Compared to cocaine, Fuimaono explained that beer and drugs given to other rugby players such as growth hormone supplements are way worse, and yet they are legal in the sport.

“Cocaine is big because it actually heightens your senses and makes you more aware whereas beer is a bit of a depressant,” he said.

“It plays with your emotions as well. It gets you drunk, but the next day, that’s why during the hangover you feel sad.

“The other one is the growth hormone, that’s the big one. Once you go through puberty, your body gets a bit bigger, you get a bit stronger then the growth hormone gives you a second puberty.

“That’s a big one that a lot of people are doing in order to get bigger or taller and to have another growth spurt, that’s way worse than cocaine.

“It plays with your body, it makes you bigger and everything, but a lot of the media are old white people who think cocaine and marijuana is bad so they focus on that.

“But the growth hormone is worse. It’s big in rugby league where a lot of the guys are fully grown and then they take it in order to grow again.

“It’s really unhealthy. Cocaine is nothing compared to that stuff.”

Fuimaono -Sapolu turned his attention to the National Rugby League (N.R.L.) for their alleged use of sport enhancing supplements such as growth hormones.

He also stressed how the world of rugby is full of contradictions where they ban some things while allowing others, even if what is allowed is worse than what was banned.

“N.R.L. is the place, N.R.L. is where they’re doing all these tests on people and they are on another level,” he said.

“Cocaine is old there, everyone does cocaine there, but it’s old. There’s all these other stuff that’s worse. The growth hormone actually makes you a better player; it makes you bigger and stronger.

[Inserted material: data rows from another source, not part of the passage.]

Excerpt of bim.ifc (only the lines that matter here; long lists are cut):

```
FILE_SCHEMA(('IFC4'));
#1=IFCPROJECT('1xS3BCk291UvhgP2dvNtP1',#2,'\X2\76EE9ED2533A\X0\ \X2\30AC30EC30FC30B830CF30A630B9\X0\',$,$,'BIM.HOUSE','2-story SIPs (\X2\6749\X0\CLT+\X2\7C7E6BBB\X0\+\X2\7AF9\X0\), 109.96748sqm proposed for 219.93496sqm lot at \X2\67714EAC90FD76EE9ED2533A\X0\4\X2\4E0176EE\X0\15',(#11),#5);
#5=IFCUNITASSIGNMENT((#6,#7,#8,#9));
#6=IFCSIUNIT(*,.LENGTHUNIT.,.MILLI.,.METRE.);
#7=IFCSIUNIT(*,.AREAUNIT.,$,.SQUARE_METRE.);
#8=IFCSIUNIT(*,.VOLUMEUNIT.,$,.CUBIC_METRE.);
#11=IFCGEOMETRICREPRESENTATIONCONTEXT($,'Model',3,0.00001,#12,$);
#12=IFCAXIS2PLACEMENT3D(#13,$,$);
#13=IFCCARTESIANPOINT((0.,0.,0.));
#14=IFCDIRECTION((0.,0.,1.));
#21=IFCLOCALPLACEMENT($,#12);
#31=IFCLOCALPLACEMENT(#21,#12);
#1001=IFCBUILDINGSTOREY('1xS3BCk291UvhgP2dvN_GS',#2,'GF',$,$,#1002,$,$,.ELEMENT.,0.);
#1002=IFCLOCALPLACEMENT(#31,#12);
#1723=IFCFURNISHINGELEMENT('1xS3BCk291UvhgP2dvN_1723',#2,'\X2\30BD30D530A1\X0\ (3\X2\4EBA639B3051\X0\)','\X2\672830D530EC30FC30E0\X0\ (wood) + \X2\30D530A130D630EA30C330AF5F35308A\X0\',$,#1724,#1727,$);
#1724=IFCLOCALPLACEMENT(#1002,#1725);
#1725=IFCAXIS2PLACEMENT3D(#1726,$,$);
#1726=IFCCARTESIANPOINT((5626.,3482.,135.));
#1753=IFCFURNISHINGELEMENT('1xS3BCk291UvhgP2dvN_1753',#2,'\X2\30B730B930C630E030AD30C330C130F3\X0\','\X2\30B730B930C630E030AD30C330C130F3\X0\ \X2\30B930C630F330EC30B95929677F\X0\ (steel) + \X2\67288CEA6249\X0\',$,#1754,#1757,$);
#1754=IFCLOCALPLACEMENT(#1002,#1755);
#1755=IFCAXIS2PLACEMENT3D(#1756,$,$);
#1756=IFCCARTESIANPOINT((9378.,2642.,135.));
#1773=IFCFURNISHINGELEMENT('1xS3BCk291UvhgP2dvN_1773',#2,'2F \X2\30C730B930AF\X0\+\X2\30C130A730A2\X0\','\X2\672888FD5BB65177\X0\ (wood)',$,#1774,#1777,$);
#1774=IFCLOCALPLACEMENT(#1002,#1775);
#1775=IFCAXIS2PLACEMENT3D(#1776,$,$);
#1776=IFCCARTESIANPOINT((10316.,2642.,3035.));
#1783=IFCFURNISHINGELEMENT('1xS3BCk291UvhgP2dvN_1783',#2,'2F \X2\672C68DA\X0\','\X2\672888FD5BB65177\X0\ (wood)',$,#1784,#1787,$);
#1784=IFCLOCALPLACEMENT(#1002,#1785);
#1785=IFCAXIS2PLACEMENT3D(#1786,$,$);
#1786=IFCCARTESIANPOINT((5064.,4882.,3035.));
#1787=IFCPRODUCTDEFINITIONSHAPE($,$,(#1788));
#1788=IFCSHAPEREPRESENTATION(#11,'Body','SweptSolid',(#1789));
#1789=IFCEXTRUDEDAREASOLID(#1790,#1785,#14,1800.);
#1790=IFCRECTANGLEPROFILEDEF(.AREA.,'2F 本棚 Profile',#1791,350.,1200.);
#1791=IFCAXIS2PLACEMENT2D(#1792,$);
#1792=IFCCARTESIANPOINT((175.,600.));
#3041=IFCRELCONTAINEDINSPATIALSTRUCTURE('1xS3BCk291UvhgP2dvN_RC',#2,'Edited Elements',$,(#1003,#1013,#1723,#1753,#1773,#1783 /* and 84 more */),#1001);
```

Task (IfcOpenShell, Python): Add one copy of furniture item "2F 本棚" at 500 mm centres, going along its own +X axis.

```python
import ifcopenshell
import ifcopenshell.api.geometry
import ifcopenshell.api.root
import ifcopenshell.util.element
import ifcopenshell.util.placement
import ifcopenshell.util.unit

model = ifcopenshell.open("bim.ifc")
unit_scale = ifcopenshell.util.unit.calculate_unit_scale(model)


def reuse_history(source, copy):
    """copy_class also copies each property set's owner history, people and application; keep the originals."""
    for rel in copy.IsDefinedBy:
        if rel.is_a("IfcRelDefinesByProperties") and (history := rel.RelatingPropertyDefinition.OwnerHistory):
            rel.RelatingPropertyDefinition.OwnerHistory = source.OwnerHistory
            ifcopenshell.util.element.remove_deep2(model, history)


source = model.by_guid("1xS3BCk291UvhgP2dvN_1783")
base = ifcopenshell.util.placement.get_local_placement(source.ObjectPlacement)
step = base[:3, 0] * 0.5 / unit_scale

for i in range(1, 2):
    copy = ifcopenshell.api.root.copy_class(model, product=source)
    copy.Representation = ifcopenshell.util.element.copy_deep(
        model, source.Representation, exclude=["IfcGeometricRepresentationContext", "IfcRepresentationMap"]
    )
    reuse_history(source, copy)
    matrix = base.copy()
    matrix[:3, 3] += i * step
    print("added at", matrix[:3, 3].round(3) + 0.0)
    ifcopenshell.api.geometry.edit_object_placement(model, product=copy, matrix=matrix, is_si=False)

model.write("bim_updated.ifc")
```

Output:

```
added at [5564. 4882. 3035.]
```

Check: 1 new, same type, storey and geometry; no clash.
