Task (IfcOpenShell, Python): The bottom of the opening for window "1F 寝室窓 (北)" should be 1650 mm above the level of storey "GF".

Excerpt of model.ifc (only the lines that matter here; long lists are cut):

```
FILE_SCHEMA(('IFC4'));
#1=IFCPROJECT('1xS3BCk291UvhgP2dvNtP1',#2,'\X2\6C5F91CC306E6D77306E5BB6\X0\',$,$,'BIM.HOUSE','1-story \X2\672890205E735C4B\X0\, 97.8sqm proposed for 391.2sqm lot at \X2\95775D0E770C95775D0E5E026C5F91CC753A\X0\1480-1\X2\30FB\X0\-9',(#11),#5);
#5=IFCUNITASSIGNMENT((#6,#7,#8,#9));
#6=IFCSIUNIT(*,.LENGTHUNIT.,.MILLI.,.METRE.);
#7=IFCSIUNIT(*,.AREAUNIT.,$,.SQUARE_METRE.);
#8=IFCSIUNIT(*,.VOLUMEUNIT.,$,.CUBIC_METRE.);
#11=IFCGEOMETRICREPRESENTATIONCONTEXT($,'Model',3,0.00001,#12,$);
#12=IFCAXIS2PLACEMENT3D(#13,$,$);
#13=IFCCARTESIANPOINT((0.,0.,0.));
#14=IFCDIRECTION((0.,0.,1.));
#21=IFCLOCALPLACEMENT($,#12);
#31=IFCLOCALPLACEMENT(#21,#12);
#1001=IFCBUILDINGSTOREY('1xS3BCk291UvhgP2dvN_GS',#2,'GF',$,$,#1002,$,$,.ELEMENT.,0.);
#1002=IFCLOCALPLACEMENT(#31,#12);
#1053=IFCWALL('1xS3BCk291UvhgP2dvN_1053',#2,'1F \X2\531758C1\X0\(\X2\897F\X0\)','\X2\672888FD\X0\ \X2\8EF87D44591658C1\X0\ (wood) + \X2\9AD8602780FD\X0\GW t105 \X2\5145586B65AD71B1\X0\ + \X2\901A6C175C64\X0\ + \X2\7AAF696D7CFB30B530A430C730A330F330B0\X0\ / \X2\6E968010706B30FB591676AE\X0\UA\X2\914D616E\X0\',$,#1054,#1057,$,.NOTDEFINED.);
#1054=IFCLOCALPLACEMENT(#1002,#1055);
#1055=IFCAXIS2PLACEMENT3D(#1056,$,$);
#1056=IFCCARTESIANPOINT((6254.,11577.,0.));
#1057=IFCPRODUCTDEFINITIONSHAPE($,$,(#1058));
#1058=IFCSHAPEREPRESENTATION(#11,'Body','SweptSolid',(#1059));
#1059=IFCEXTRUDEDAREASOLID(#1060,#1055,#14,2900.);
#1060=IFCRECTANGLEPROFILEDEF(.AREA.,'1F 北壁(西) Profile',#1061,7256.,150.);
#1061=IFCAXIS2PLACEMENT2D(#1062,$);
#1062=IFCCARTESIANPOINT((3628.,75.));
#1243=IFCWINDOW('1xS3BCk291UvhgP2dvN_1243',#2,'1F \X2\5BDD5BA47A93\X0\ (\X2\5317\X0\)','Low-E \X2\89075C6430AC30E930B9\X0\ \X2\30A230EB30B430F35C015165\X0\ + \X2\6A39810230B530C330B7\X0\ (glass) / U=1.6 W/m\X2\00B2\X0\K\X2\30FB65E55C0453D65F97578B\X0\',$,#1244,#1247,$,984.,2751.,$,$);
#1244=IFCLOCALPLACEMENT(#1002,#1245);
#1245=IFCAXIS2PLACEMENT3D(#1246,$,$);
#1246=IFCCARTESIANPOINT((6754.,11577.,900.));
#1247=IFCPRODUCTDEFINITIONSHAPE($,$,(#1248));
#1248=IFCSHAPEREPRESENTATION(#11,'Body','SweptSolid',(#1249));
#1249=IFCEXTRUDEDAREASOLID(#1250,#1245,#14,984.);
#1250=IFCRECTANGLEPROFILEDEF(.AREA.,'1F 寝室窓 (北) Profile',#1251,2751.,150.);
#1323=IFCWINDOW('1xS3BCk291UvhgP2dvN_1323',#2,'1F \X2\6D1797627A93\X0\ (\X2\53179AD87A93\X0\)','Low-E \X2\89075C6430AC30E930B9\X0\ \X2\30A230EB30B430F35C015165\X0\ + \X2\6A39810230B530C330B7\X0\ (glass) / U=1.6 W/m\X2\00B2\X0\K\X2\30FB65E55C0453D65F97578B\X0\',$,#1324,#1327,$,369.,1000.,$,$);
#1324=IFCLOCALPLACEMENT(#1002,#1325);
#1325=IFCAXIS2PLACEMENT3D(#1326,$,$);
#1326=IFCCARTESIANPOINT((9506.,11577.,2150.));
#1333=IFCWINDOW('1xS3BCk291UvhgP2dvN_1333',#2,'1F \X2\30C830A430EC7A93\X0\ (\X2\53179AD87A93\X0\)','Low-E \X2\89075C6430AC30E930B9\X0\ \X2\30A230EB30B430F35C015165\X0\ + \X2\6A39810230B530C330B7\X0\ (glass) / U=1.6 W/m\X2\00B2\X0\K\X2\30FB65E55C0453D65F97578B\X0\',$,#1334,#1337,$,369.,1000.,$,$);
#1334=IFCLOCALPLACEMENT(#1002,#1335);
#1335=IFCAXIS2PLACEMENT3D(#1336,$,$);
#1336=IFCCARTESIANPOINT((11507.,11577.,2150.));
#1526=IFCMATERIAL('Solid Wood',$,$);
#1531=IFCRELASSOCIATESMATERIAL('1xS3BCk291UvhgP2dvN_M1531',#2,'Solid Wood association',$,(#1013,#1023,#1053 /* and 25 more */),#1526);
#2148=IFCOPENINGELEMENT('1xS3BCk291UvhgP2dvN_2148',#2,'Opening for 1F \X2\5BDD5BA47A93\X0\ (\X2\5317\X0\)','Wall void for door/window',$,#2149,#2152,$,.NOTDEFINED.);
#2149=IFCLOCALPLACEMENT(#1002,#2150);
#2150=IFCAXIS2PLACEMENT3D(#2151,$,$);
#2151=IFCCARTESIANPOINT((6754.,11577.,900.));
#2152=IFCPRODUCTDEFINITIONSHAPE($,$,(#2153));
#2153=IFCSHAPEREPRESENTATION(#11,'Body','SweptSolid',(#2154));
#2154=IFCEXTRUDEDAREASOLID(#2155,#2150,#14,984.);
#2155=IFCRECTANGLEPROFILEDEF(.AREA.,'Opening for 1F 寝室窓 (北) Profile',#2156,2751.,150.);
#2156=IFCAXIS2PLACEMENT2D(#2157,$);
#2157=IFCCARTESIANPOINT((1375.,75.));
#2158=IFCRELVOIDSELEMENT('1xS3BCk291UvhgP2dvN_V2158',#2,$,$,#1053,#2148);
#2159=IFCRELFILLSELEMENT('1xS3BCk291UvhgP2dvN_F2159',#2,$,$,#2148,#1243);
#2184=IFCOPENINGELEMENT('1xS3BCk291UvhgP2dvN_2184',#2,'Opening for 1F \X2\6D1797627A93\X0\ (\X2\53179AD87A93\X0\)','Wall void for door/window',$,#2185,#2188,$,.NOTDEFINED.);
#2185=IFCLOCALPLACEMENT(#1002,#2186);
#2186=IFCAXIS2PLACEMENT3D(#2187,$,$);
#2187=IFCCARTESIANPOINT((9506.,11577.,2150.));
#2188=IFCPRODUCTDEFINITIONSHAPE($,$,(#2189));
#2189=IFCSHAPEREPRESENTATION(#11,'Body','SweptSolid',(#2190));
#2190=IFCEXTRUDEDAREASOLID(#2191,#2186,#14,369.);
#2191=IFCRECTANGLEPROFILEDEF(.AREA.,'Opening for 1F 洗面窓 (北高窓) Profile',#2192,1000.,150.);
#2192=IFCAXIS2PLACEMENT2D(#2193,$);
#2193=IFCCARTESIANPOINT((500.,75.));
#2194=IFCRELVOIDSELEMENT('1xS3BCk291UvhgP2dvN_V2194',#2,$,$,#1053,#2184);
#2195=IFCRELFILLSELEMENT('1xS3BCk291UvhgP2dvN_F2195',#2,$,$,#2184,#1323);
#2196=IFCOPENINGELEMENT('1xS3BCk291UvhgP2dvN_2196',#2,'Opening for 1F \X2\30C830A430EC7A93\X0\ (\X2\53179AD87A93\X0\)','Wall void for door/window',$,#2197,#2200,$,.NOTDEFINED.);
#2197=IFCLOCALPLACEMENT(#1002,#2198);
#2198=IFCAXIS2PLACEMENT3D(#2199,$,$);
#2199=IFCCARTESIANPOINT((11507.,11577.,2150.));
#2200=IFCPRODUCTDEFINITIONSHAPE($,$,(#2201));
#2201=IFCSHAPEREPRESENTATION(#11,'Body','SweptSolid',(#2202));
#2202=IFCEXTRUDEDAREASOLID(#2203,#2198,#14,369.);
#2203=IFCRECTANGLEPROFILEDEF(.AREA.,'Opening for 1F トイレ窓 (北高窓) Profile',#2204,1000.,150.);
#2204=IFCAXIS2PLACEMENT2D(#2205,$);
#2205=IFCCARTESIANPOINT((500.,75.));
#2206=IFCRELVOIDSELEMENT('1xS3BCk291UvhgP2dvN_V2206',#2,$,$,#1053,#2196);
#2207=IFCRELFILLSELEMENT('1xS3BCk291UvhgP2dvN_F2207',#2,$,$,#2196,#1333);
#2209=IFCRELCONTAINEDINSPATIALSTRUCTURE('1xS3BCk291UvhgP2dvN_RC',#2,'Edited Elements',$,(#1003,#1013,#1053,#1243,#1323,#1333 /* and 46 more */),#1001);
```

```python
import numpy as np
import ifcopenshell
import ifcopenshell.api.geometry
import ifcopenshell.geom
import ifcopenshell.util.element
import ifcopenshell.util.placement
import ifcopenshell.util.shape
import ifcopenshell.util.unit

model = ifcopenshell.open("model.ifc")
unit_scale = ifcopenshell.util.unit.calculate_unit_scale(model)

window = model.by_guid("1xS3BCk291UvhgP2dvN_1243")
opening = window.FillsVoids[0].RelatingOpeningElement
storey = ifcopenshell.util.element.get_container(window, ifc_class="IfcBuildingStorey")
level = ifcopenshell.util.placement.get_local_placement(storey.ObjectPlacement)[2, 3]

# The opening's origin need not be at the sill, so measure its lowest point.
shape = ifcopenshell.geom.create_shape(ifcopenshell.geom.settings(), opening)
bottom = ifcopenshell.util.shape.get_shape_bottom_elevation(shape, shape.geometry) / unit_scale
dz = level + 1.65 / unit_scale - bottom

shift = np.array([0.0, 0.0, dz])
# The window is not placed relative to its opening, so move both.
for product in (opening, window):
    matrix = ifcopenshell.util.placement.get_local_placement(product.ObjectPlacement)
    matrix[:3, 3] += shift
    ifcopenshell.api.geometry.edit_object_placement(model, product=product, matrix=matrix, is_si=False)

print(f"moved by {dz * unit_scale:+.3f} m")

model.write("model_v2.ifc")
```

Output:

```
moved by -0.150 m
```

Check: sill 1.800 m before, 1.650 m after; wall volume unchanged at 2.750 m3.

“But cocaine does nothing, marijuana does nothing. It doesn’t make you good at all; it makes you worse so they’re banned.

“It’s stupid because alcohol isn’t (banned) because behind nearly every single rape or violent offending, it’s someone who’s drunk.

“But because of the Heineken Cup and because we are sponsored by alcohol and rugby is a big sponsor of alcohol, it’s okay.

“They want rugby players to drink the alcohol and not do the coke because the alcohol is giving us the money.”

Furthermore, Fuimaono said so many rugby players are using the drug and the only way to catch them is to trick them with drug tests.

“It’s normal, there’s a lot of famous All Blacks who use coke for the same reason that I have said,” he said.

“It’s not fattening and it’s not in your system. In England, whenever we had a drug test to come, some of our boys were never there.

“Sometimes we would have a drug test come twice a week and they would always miss that training. You never really catch these guys because there’s always someone tipping them off.

“There’s someone in the administration who’s telling them ‘hey look man, you’re getting drug tested now’. 

“The way they got the Bath rugby player was the entire Bath rugby dudes were on a bus on their way to a party and they just showed up or they got the boys at a team meeting or something. You have to trick them.”

Fuimaono ended with words of advice for local Samoan rugby players hoping to make it big in the sport.

“Don’t do drugs,” he said.

“Honestly, for the local guys, you have to look out for that. When you go overseas, you go to a party and you see dudes with powder around here (nose) and you see the hottest girls ever and all the fancy top shelf drinks.

“It’s a lot of temptation when you go, for all the young locals going overseas for the first time, seeing negative five degree freezing weather and seeing the girls, the drugs and the alcohol.

“It’s just one of those things you have to be careful of because it doesn’t go well with us. Alcohol doesn’t work well with us. Just be careful. There’re a lot of things that come with the rugby limelight.

“Everyone wants to be a professional rugby player but there are just a lot of things you have to watch out for and it’s not coming from criminals, it’ll come from your teammates, it will come from your friends and people in your circle.”